Edmonds (1996) gives a good review of the different definitions and their shortcomings, concluding that complexity necessarily depends on the language that is used to model the system. Still, I believe there is a common, “objective” core in the different concepts of complexity. Let us go back to the original Latin word *complexus*, which signifies “entwined”, “twisted together”. This may be interpreted in the following way: in order to have a complex you need two or more components, which are joined in such a way that it is difficult to separate them. Similarly, the Oxford Dictionary defines something as “complex” if it is “made of (usually several) closely connected parts”. Here we find the basic duality between parts which are at the same time distinct and connected. Intuitively then, a system would be more complex if more parts could be distinguished, and if more connections between them existed. More parts to be represented means more extensive models, which require more time to be searched or computed. Since the components of a complex cannot be separated without destroying it, the method of analysis or decomposition into independent modules cannot be used to develop or simplify such models. This implies that complex entities will be difficult to model, that eventual models will be difficult to use for prediction or control, and that problems will be difficult to solve. This accounts for the connotation of difficult, which the word “complex” has received in later periods.

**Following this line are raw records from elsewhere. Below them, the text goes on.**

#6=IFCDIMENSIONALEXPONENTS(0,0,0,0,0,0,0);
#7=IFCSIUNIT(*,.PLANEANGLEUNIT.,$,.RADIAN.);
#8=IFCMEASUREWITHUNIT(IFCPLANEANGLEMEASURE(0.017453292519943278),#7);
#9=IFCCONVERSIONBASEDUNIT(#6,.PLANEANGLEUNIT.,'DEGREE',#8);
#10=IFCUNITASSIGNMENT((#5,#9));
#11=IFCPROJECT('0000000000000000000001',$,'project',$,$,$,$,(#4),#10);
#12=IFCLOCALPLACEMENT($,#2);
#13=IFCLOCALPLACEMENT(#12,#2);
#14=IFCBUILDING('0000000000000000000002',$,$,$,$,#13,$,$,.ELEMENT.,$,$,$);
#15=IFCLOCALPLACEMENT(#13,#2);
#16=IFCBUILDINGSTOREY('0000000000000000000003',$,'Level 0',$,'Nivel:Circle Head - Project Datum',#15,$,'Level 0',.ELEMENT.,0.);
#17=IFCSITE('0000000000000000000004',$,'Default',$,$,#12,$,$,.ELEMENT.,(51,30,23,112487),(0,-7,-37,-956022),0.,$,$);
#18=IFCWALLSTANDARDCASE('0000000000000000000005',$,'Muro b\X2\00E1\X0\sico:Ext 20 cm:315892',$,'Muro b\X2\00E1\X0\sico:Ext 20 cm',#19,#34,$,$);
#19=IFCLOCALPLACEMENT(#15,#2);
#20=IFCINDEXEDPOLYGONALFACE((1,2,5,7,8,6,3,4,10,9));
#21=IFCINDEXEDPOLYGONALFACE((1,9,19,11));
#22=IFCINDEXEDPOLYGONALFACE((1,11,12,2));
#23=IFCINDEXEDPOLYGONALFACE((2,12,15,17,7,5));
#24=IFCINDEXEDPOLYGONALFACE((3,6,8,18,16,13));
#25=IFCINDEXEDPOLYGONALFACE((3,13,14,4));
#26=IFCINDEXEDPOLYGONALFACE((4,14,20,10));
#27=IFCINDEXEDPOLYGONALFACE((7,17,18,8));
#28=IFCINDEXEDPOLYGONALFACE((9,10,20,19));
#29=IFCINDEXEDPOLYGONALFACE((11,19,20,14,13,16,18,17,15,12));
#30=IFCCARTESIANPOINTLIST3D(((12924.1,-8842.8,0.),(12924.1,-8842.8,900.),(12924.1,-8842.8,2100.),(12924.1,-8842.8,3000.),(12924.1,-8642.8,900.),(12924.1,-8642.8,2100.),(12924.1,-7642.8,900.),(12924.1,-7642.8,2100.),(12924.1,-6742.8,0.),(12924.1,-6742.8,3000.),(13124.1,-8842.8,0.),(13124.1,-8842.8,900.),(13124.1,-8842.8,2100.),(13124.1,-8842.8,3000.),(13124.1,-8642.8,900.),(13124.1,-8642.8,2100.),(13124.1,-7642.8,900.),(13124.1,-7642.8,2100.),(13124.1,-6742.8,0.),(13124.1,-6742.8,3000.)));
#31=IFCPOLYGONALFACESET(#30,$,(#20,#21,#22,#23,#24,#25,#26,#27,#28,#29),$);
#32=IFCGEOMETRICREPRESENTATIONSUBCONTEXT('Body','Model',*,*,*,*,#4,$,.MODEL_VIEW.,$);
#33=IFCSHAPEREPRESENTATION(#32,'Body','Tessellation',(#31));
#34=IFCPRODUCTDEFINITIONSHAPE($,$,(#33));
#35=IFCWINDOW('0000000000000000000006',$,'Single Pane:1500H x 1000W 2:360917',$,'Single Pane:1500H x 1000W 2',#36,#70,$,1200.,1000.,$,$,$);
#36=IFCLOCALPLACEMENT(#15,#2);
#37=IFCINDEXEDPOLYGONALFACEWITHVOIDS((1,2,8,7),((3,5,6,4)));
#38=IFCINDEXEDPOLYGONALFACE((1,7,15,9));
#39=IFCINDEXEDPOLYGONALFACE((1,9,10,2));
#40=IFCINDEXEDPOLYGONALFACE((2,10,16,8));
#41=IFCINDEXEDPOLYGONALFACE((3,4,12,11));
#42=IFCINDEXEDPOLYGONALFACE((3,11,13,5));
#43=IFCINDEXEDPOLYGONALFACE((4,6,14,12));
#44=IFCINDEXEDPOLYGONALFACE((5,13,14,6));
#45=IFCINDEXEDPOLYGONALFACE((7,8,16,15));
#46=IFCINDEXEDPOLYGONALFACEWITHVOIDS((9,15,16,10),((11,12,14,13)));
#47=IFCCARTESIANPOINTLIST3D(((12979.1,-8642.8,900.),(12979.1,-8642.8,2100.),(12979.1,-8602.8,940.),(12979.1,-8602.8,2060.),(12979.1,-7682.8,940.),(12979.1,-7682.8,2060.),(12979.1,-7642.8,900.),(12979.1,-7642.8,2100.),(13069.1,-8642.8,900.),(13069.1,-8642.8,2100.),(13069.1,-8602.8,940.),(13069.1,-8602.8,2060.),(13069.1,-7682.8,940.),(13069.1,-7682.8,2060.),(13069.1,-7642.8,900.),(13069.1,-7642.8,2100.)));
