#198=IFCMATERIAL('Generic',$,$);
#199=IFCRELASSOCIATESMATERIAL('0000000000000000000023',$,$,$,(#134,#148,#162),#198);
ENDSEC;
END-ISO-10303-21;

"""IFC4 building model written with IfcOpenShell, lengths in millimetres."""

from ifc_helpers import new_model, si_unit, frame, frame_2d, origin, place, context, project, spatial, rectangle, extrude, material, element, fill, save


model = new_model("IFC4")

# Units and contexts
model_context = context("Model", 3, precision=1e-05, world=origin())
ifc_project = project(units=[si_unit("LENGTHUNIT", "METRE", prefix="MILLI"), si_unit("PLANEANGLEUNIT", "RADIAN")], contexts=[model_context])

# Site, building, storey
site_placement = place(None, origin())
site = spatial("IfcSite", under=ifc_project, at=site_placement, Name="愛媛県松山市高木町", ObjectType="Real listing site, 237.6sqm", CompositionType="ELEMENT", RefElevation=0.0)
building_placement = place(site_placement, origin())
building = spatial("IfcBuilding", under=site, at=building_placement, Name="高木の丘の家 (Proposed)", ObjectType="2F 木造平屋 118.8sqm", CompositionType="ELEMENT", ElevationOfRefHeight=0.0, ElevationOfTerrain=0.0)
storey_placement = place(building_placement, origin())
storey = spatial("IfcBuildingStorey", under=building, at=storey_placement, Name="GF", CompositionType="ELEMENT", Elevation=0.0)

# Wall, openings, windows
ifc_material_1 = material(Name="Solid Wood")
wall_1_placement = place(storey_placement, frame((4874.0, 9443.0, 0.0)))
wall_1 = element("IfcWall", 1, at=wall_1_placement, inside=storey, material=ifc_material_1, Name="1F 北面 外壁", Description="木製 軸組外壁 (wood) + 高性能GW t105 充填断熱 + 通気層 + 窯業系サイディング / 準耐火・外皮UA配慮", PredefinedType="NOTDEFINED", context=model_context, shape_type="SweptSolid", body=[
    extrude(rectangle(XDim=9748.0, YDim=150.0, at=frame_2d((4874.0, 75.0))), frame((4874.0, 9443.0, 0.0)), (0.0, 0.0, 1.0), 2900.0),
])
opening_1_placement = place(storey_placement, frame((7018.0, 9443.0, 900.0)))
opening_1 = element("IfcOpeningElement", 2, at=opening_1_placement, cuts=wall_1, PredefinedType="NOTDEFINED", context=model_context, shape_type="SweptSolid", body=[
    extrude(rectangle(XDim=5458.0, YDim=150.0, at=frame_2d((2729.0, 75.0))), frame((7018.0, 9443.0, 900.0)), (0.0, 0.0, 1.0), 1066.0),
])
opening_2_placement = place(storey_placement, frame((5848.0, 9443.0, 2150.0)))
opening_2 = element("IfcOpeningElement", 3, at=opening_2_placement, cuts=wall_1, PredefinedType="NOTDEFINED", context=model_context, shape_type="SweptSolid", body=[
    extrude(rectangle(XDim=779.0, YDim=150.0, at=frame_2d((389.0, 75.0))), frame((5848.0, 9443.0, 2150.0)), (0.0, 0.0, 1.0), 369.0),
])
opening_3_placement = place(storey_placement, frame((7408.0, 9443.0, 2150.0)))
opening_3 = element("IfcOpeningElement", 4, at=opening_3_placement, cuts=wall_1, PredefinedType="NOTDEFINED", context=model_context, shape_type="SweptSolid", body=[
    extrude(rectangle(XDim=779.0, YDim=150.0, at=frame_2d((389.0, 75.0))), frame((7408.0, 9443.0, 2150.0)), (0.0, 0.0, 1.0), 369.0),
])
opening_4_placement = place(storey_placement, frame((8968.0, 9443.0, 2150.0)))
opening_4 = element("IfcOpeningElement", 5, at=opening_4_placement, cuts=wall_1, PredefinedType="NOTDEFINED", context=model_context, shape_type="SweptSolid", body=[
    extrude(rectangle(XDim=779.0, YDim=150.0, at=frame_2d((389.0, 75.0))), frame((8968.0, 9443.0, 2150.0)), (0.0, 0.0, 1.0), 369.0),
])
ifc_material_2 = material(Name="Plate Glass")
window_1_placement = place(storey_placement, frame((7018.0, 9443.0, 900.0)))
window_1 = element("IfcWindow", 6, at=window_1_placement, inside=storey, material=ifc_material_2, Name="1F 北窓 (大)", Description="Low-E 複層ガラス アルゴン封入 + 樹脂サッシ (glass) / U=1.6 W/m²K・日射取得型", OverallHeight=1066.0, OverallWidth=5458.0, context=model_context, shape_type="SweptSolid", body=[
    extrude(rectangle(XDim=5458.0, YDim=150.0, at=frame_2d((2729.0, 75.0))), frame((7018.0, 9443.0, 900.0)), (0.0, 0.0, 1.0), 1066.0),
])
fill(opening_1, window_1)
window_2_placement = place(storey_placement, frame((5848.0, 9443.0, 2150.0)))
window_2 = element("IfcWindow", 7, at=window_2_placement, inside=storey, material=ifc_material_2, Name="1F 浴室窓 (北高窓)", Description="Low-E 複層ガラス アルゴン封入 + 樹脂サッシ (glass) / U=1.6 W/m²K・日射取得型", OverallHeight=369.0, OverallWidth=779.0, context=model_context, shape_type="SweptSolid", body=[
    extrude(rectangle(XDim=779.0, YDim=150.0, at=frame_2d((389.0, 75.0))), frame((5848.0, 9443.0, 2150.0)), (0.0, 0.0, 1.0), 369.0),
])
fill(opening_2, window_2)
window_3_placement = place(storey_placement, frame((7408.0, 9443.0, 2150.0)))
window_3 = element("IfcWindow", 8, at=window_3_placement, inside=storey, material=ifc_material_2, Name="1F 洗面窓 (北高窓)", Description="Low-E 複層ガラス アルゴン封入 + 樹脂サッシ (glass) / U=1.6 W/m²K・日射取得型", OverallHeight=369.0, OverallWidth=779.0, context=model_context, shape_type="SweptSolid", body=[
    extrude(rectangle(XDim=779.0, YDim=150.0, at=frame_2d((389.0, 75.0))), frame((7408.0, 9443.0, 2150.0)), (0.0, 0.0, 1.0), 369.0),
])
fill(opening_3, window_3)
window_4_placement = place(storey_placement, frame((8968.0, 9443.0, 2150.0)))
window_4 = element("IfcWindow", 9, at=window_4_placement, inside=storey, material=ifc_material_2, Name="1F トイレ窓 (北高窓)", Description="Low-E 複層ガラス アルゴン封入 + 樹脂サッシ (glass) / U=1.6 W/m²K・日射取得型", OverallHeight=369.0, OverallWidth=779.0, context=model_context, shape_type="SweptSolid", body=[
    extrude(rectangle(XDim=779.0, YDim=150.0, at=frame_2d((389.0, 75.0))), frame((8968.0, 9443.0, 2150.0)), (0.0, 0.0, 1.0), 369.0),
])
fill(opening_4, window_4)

The aspects of distinction and connection determine two dimensions characterizing complexity. Distinction corresponds to variety, to heterogeneity, to the fact that different parts of the complex behave differently. Connection corresponds to constraint, to redundancy, to the fact that different parts are not independent, but that the knowledge of one part allows the determination of features of the other parts. Distinction leads in the limit to disorder, chaos or entropy, like in a gas, where the position of any gas molecule is completely independent of the position of the other molecules. Connection leads to order or negentropy, like in a perfect crystal, where the position of a molecule is completely determined by the positions of the neighbouring molecules to which it is bound. Complexity can only exist if both aspects are present: neither perfect disorder (which can be described statistically through the law of large numbers), nor perfect order (which can be described by traditional deterministic methods) are complex. It thus can be said to be situated in between order and disorder, or, using a recently fashionable expression, “on the edge of chaos”.

The simplest way to model order is through the concept of symmetry, i.e. invariance of a pattern under a group of transformations. In symmetric patterns one part of the pattern is sufficient to reconstruct the whole. For example, in order to reconstruct a mirror-symmetric pattern, like the human face, you need to know one half and then simply add its mirror image. The larger the group of symmetry transformations, the smaller the part needed to reconstruct the whole, and the more redundant or “ordered” the pattern. For example, a crystal structure is typically invariant under a discrete group of translations and rotations. A small assembly of connected molecules will be a sufficient “seed”, out of which the positions of all other molecules can be generated by applying the different transformations. Empty space is maximally symmetric or ordered: it is invariant under any possible transformation, and any part, however small, can be used to generate any other part.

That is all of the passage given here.